Uit 4.7 volgt dat de intrekking van de bijstand per 1 maart 2019 is weggevallen. Dit betekent dat de bijstand per die datum gewoon doorloopt. De gronden die zien op aangevallen uitspraak 2 en zich richten tegen de weigering van het dagelijks bestuur om appellante bijstand met terugwerkende kracht tot 1 maart 2019 toe te kennen, behoeven daarom geen bespreking meer.

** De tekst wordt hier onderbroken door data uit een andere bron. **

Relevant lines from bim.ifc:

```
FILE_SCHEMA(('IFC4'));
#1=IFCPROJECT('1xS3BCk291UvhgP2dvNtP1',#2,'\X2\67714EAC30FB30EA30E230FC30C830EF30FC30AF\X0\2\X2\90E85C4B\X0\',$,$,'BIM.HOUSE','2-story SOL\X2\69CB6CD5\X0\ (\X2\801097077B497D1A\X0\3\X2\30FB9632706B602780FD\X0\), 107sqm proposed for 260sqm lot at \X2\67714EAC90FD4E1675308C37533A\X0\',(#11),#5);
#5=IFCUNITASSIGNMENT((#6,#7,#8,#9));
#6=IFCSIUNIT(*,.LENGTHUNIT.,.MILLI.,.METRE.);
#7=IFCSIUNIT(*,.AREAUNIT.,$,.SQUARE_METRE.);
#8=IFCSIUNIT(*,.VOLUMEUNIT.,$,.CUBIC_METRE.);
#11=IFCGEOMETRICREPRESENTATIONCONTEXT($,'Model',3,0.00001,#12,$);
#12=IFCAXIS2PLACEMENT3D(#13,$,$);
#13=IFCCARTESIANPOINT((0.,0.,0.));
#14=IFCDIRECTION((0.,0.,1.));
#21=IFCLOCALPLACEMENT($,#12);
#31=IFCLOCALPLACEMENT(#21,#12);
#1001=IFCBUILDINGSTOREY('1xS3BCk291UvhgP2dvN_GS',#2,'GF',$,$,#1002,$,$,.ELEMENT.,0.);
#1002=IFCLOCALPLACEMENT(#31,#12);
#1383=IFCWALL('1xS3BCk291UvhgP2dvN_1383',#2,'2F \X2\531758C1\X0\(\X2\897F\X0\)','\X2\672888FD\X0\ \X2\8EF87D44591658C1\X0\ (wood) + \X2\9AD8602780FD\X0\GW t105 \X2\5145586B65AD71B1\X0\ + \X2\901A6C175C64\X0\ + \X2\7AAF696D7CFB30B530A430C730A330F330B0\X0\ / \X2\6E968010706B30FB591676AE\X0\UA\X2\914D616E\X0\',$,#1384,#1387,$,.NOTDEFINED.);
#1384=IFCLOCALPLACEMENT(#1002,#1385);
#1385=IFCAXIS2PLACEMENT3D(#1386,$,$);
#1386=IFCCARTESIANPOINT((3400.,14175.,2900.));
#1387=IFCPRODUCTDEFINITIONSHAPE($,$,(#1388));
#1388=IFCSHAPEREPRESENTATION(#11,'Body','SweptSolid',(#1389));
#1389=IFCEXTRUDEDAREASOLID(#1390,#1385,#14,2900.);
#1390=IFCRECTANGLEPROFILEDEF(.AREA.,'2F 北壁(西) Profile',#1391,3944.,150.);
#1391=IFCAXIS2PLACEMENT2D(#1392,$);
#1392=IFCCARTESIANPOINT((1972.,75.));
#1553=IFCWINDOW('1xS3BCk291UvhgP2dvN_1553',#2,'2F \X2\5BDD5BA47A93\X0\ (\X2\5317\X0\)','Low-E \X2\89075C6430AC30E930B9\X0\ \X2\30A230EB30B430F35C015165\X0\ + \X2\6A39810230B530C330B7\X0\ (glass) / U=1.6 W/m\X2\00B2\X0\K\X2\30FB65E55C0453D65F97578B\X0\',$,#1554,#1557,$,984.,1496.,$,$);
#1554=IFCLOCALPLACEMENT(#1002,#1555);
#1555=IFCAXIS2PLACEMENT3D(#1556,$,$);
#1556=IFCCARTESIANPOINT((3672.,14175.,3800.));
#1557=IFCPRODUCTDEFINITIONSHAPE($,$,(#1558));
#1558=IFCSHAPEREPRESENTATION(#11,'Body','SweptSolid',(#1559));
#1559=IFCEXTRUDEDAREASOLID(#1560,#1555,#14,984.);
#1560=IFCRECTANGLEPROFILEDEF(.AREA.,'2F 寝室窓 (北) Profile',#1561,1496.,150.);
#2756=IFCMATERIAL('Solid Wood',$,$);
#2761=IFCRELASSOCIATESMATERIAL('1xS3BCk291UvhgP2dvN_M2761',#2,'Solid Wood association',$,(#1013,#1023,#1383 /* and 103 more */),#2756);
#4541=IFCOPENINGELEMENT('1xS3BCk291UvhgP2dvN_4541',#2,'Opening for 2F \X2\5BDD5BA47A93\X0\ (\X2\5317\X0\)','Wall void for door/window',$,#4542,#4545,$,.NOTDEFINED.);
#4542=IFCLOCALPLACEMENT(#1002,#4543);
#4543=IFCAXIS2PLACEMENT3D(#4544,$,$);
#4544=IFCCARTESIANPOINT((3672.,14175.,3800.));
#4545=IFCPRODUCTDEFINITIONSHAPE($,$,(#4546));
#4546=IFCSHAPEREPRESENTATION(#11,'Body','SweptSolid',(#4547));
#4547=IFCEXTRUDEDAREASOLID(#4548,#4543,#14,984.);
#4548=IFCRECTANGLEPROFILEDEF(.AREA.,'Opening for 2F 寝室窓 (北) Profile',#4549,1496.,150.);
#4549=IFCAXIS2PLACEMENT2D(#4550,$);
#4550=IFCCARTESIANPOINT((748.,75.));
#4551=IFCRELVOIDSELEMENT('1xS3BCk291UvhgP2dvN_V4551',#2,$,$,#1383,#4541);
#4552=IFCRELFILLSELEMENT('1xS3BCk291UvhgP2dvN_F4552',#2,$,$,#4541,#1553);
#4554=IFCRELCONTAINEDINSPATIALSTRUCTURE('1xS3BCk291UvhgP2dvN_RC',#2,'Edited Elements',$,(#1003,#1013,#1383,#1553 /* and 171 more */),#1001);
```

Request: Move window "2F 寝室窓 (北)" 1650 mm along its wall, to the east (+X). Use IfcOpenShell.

```python
import ifcopenshell
import ifcopenshell.api.geometry
import ifcopenshell.util.placement
import ifcopenshell.util.unit

model = ifcopenshell.open("bim.ifc")
unit_scale = ifcopenshell.util.unit.calculate_unit_scale(model)

window = model.by_id(1553)
opening = window.FillsVoids[0].RelatingOpeningElement
wall = opening.VoidsElements[0].RelatingBuildingElement

wall_matrix = ifcopenshell.util.placement.get_local_placement(wall.ObjectPlacement)
shift = wall_matrix[:3, 0] * 1.65 / unit_scale
before = ifcopenshell.util.placement.get_local_placement(window.ObjectPlacement)[:3, 3].copy()

# The window is not placed relative to its opening, so move both.
for product in (opening, window):
    matrix = ifcopenshell.util.placement.get_local_placement(product.ObjectPlacement)
    matrix[:3, 3] += shift
    ifcopenshell.api.geometry.edit_object_placement(model, product=product, matrix=matrix, is_si=False)

after = ifcopenshell.util.placement.get_local_placement(window.ObjectPlacement)[:3, 3]
print("window moved by", (after - before).round(3) + 0.0)

model.write("bim_v2.ifc")
```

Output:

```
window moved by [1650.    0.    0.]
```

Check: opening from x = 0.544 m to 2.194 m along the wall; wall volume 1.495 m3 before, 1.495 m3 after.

De aanvraag had niet hoeven worden ingediend en de daarop betrekking hebbende besluitvorming kan daarom niet in stand blijven. Om die reden zal ook aangevallen uitspraak 2 worden vernietigd. Het beroep zal in die zaak gegrond worden verklaard, bestreden besluit 2 zal worden vernietigd en het besluit van 27 juni 2019 zal worden herroepen.
Slotoverwegingen
5. Aanleiding bestaat om het dagelijks bestuur te veroordelen in de kosten van appellante.
5.1.
In zaak 20/4382 PW worden deze kosten begroot op € 1.082,- in bezwaar (2 punten,
€ 541,- per punt), op € 1.518,- in beroep (2 punten, € 759,- per punt) en op € 1.518,- in hoger beroep (2 punten, € 759,- per punt) voor verleende rechtsbijstand, in totaal € 4.118,-.
5.2.
In zaak 20/2059 PW worden deze kosten begroot op € 1.082,- in bezwaar (2 punten,
€ 541,- per punt), op € 759,- in beroep (1 punt van € 759,-) en op € 759,- in hoger beroep (1 punt gelet op de gelijktijdige behandeling ter zitting met zaak 20/4382 PW) voor verleende rechtsbijstand, in totaal € 2.600,-.

BESLISSING

De Centrale Raad van Beroep
In de zaak 20/4382 PW
  • vernietigt aangevallen uitspraak 1;
  • verklaart het beroep tegen het besluit van 2 juli 2019 gegrond en vernietigt dat besluit;
  • herroept het besluit van 22 maart 2019 en bepaalt dat deze uitspraak in de plaats treedt van het vernietigde besluit van 2 juli 2019;
  • veroordeelt het dagelijks bestuur in de kosten van appellante tot een bedrag van € 4.118,-;
  • bepaalt dat het dagelijks bestuur aan appellante het in beroep en in hoger beroep betaalde griffierecht van € 178,- vergoedt.
In de zaak 20/2059 PW
  • vernietigt aangevallen uitspraak 2;
  • verklaart het beroep tegen het besluit van 20 november 2019 gegrond en vernietigt dat besluit;
  • herroept het besluit van 27 juni 2019 en bepaalt dat deze uitspraak in de plaats treedt van het vernietigde besluit van 20 november 2019;
  • veroordeelt het dagelijks bestuur in de kosten van appellante tot een bedrag van € 2.600,-;
  • bepaalt dat het dagelijks bestuur aan appellante het in beroep en in hoger beroep betaalde griffierecht van € 178,- vergoedt.
Deze uitspraak is gedaan door W.F. Claessens als voorzitter en E.C.R. Schut en J.J. Janssen als leden, in tegenwoordigheid van L.C. van Bentum als griffier. De beslissing is uitgesproken in het openbaar op 26 juli 2022.